The current from the logic driver splits and travels to the 0v line via two independent parallel paths. Independent means independent, so the choice of current through R2 here has nothing whatever to do with the value of current through R1.

 

[Michael Neo]

Yes.

The current from the logic driver splits and travels to the 0v line via two independent parallel paths. Independent means independent, so the choice of current through R2 here has nothing whatever to do with the value of current through R1.

Then:

If so, then R₂ doesn't perform the function outlined above.

The voltage across R₂ = 3.3 - 1.6 = 1.7 V
So, R₂ is simply:

R₂ = 1.7/0.002
R₂ = 850 Ω

 

[NascentOxygen]

The voltage across R2 = 3.3 - 1.6 = 1.7 V
So, R1 is simply:

R1 = 1.7/0.002
R1 = 850 Ω

That may be sufficient for this exercise, but in practice you wouldn't design for operation right at the minimum, you'd go for a higher current to allow a margin for reliability. Further, you're not going to specify 850 ohms, you'll choose one of the preferred values.

 

[Michael Neo]

This is a very straightforward question:
(a) if you relax and read the diagram first and understand what is happening (especially the impact of the diodes on the direction of the current);
(b) because of the direction of current flow, the function of R₂ is not the same as the example given in the notes.

What do you mean by "... you'll choose one of the preferred values"?

 

[NascentOxygen]

the function of R2 is not the same as the example given in the notes.

What does the example in your notes say is the function of the series resistor for the LED in the opto-triac?

 

[Michael Neo]

In the example, the purpose of R₂ is to reduce the current to the Opto-triac LEDs minimum operating current (i.e. 2 mA).

The operating current is 10 mA but only 2 mA is needed through the opto-isolator LED.

Therefore, 10 mA − 2 mA = 8 mA will need to be removed by the use of R₂:

R2 = 1.6/0.008
R2 = 20 Ω

But the direction of current flow in the new question is different because there are two diodes in the LHS circuit.

 

[NascentOxygen]

Therefore, 10 mA − 2m A = 8 mA will need to be removed by the use of R2:

It sounds as though that example involved a fixed current driver, not the fixed voltage driver shown in this exercise. Was R shown connected in series or in parallel with the opto-triac's LED in your notes?

 

[Michael Neo]

Here's the diagram with calculations:

 

[NascentOxygen]

As suspected, it's a different arrangement.

 

[Michael Neo]

R₁ = 150 Ω
R₂ = 850 Ω

This question was easier than the example question.

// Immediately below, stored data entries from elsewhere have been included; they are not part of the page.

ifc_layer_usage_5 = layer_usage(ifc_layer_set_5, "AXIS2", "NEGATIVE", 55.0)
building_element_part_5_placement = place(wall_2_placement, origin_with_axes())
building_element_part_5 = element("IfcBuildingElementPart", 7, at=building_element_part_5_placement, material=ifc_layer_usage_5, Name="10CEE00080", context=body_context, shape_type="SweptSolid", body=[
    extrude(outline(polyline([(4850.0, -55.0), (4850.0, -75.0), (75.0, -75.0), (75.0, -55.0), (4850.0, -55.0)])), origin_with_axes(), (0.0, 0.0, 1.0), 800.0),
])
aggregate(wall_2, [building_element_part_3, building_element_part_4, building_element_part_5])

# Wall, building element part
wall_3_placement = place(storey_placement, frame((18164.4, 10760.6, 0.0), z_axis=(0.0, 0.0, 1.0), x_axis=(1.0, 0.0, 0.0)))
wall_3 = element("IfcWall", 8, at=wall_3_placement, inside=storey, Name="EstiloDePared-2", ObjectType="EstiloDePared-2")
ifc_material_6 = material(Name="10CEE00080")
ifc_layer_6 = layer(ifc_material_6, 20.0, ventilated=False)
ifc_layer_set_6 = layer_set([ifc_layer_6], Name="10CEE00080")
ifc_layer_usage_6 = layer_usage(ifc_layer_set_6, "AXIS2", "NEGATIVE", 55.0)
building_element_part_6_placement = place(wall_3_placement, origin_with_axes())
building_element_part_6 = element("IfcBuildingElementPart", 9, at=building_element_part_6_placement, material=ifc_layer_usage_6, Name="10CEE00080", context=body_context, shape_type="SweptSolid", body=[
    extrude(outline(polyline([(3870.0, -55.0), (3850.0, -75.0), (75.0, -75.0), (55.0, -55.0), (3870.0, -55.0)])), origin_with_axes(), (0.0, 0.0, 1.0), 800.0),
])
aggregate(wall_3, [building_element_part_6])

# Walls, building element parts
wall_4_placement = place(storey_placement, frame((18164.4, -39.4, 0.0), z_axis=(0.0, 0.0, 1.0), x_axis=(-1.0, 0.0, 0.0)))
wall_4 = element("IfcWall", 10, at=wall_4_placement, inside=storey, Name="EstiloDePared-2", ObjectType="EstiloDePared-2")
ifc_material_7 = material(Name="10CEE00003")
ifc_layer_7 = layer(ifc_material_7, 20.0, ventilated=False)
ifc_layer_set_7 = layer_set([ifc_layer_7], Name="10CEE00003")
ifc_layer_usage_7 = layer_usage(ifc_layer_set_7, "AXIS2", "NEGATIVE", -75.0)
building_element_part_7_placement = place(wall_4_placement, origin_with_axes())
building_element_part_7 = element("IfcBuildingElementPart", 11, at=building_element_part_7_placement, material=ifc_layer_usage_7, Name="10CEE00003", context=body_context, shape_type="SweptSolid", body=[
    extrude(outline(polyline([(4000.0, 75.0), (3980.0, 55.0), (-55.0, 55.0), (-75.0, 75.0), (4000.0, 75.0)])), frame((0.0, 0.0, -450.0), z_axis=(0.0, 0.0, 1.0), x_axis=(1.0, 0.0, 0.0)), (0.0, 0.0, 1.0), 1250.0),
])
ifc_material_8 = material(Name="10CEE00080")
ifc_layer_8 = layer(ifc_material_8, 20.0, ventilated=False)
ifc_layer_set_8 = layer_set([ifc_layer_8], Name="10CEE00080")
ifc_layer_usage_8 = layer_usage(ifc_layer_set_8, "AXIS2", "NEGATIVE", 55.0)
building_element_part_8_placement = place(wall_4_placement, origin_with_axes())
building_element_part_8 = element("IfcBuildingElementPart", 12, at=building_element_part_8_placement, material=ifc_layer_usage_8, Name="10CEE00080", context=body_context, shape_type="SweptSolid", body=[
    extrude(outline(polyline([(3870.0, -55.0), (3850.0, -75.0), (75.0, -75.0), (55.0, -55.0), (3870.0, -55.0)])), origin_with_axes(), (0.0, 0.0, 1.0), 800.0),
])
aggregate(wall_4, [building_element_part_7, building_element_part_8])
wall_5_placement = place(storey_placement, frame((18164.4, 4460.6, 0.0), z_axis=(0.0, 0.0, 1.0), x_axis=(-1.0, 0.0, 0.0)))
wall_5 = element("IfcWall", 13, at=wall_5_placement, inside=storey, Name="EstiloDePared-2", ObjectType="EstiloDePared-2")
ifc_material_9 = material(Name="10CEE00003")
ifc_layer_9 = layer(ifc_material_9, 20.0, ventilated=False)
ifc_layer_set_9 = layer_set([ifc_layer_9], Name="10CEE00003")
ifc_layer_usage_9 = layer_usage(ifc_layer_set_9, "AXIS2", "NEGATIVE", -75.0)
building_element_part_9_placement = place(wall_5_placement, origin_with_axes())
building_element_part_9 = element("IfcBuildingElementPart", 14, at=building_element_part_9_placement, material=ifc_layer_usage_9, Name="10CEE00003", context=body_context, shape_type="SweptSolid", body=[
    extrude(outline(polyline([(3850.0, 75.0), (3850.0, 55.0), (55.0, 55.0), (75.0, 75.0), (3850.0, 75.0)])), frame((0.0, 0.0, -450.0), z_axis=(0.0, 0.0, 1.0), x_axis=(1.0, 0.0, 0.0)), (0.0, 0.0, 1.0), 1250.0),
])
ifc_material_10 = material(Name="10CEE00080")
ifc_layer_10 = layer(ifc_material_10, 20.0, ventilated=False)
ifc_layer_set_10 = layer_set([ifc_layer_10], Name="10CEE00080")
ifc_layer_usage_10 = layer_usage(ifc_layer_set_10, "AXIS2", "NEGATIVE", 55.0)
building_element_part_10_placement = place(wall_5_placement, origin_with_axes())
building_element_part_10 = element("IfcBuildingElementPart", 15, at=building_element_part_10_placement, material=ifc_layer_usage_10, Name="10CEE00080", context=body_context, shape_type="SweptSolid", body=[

It is important to read and understand the diagram before throwing things onto the page in panic.

 

[NascentOxygen]

What do you mean by "... you'll choose one of the preferred values"?

If you go into a city electronics store and ask for an 850 ohm resistor, the salesperson will say, "Sorry, but no one stocks that value."

 

[Michael Neo]

Thank you for the excellent advice and support, NascentOxygen.